[Stored data]
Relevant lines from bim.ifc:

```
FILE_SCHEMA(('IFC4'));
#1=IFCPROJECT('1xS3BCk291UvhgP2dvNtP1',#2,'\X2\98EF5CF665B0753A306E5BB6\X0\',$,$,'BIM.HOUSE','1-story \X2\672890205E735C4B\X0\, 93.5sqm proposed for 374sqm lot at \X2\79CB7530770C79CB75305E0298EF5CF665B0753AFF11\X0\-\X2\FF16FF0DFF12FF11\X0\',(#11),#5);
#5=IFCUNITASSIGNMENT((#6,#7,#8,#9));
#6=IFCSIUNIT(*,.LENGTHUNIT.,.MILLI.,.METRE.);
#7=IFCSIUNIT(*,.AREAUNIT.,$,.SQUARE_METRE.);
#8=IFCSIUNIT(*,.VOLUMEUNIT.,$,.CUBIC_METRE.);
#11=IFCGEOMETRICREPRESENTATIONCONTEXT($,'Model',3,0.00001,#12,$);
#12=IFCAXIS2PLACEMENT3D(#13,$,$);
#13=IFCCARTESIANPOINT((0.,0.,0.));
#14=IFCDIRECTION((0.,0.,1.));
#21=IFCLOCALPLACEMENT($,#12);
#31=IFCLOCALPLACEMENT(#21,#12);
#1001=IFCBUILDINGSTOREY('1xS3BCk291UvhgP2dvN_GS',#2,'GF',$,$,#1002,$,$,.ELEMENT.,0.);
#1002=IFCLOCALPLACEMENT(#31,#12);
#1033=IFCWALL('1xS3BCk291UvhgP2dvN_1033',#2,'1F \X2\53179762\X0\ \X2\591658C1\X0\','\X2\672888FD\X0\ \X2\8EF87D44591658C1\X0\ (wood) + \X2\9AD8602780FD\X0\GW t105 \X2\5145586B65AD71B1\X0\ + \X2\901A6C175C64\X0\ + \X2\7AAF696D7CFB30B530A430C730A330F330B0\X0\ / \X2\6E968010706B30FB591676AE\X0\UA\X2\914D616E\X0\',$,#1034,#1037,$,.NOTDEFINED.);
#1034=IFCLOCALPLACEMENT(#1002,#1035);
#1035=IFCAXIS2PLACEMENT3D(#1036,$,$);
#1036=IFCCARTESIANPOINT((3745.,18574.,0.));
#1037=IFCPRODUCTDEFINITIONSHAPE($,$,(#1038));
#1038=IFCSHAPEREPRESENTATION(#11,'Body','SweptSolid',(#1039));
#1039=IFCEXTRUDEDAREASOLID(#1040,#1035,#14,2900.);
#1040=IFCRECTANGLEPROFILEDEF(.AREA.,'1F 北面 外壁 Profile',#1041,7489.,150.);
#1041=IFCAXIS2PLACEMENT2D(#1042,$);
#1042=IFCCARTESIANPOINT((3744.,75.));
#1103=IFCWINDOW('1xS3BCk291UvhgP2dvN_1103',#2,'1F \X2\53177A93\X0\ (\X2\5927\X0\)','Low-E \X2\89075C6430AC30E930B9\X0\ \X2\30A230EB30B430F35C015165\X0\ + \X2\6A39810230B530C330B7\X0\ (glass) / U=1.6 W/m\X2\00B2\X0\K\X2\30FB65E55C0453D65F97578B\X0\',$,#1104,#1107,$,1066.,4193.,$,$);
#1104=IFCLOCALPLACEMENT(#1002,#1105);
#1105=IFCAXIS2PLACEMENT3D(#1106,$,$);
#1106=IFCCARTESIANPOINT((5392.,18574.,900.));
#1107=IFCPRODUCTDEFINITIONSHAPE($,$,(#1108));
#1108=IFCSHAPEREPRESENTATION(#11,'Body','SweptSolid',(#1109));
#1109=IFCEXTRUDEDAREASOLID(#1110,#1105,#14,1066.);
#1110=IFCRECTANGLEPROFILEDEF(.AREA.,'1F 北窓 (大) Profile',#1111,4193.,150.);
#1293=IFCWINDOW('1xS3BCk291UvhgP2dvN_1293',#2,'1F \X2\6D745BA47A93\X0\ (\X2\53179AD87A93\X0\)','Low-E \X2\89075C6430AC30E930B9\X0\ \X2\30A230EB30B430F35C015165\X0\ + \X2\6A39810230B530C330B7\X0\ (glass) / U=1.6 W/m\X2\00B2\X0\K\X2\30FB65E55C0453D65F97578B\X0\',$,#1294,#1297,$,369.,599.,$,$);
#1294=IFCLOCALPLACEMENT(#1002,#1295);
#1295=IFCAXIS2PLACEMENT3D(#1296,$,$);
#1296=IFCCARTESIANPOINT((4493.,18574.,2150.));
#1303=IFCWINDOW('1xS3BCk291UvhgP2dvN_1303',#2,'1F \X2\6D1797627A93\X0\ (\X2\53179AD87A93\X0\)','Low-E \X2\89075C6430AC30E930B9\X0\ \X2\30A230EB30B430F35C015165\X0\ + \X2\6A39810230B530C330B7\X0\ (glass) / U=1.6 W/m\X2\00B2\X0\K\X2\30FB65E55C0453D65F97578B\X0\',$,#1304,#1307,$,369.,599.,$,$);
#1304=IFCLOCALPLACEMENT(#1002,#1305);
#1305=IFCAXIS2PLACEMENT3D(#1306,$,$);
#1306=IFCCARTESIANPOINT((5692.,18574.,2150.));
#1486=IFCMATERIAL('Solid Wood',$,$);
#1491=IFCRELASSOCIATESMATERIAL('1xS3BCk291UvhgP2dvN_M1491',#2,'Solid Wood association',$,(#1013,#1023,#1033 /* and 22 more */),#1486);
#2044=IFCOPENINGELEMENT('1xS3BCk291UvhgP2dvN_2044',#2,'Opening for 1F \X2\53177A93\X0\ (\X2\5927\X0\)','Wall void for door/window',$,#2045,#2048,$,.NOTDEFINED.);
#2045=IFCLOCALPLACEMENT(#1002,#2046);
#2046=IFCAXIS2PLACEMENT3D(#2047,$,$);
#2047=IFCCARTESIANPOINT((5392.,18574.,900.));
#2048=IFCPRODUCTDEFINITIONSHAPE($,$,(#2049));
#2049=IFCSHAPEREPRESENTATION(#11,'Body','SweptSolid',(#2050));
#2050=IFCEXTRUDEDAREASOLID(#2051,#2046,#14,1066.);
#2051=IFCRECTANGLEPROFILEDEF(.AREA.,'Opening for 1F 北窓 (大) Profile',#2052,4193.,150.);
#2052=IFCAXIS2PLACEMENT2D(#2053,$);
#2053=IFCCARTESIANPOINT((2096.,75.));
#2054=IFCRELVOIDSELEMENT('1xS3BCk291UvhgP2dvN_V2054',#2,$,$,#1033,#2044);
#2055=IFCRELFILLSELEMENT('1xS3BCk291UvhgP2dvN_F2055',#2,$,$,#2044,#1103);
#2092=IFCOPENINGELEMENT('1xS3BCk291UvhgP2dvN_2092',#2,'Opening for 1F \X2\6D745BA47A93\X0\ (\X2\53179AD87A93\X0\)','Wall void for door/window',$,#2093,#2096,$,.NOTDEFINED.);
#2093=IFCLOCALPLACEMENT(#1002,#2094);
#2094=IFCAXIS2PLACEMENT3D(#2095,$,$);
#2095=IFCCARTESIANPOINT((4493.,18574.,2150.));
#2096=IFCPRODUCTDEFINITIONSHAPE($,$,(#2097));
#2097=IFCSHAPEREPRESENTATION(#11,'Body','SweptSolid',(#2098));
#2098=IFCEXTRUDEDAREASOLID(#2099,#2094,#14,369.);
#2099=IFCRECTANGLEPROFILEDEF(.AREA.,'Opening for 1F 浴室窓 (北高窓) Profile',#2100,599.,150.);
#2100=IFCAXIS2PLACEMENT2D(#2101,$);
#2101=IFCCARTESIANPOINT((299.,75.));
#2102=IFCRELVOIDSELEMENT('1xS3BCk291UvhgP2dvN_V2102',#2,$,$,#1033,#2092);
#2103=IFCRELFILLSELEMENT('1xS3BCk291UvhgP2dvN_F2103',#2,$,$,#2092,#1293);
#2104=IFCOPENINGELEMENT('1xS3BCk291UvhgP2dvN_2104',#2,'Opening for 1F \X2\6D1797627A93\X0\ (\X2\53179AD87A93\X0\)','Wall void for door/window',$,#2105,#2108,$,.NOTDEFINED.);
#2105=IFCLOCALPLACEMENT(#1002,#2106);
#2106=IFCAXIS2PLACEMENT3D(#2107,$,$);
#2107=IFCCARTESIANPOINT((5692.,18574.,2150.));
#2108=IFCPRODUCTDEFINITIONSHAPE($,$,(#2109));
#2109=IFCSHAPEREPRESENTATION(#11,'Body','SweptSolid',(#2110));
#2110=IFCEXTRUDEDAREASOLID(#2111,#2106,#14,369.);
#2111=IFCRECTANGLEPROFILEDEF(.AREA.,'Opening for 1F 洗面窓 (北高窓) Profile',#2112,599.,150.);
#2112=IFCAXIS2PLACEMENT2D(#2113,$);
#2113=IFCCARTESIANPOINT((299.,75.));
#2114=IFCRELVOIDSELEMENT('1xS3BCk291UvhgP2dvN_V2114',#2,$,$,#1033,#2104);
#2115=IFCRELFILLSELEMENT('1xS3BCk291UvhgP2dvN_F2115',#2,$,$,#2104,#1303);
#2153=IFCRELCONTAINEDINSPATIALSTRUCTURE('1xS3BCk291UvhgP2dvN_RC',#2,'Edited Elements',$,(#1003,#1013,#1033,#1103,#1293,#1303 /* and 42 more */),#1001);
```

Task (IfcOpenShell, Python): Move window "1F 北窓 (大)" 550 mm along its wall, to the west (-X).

```python
import ifcopenshell
import ifcopenshell.api.geometry
import ifcopenshell.util.placement
import ifcopenshell.util.unit

model = ifcopenshell.open("bim.ifc")
unit_scale = ifcopenshell.util.unit.calculate_unit_scale(model)

window = model.by_guid("1xS3BCk291UvhgP2dvN_1103")
opening = window.FillsVoids[0].RelatingOpeningElement
wall = opening.VoidsElements[0].RelatingBuildingElement

wall_matrix = ifcopenshell.util.placement.get_local_placement(wall.ObjectPlacement)
shift = wall_matrix[:3, 0] * -0.55 / unit_scale
before = ifcopenshell.util.placement.get_local_placement(window.ObjectPlacement)[:3, 3].copy()

# The window is not placed relative to its opening, so move both.
for product in (opening, window):
    matrix = ifcopenshell.util.placement.get_local_placement(product.ObjectPlacement)
    matrix[:3, 3] += shift
    ifcopenshell.api.geometry.edit_object_placement(model, product=product, matrix=matrix, is_si=False)

after = ifcopenshell.util.placement.get_local_placement(window.ObjectPlacement)[:3, 3]
print("window moved by", (after - before).round(3) + 0.0)

model.write("bim_edited.ifc")
```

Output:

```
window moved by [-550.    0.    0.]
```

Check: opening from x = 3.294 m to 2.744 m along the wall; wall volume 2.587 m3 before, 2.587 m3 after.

TASK ITEM: Across the records above, show each line containing the word "IFCRELVOIDSELEMENT".

FINISHED EXERCISE:
#2054=IFCRELVOIDSELEMENT('1xS3BCk291UvhgP2dvN_V2054',#2,$,$,#1033,#2044);
#2102=IFCRELVOIDSELEMENT('1xS3BCk291UvhgP2dvN_V2102',#2,$,$,#1033,#2092);
#2114=IFCRELVOIDSELEMENT('1xS3BCk291UvhgP2dvN_V2114',#2,$,$,#1033,#2104);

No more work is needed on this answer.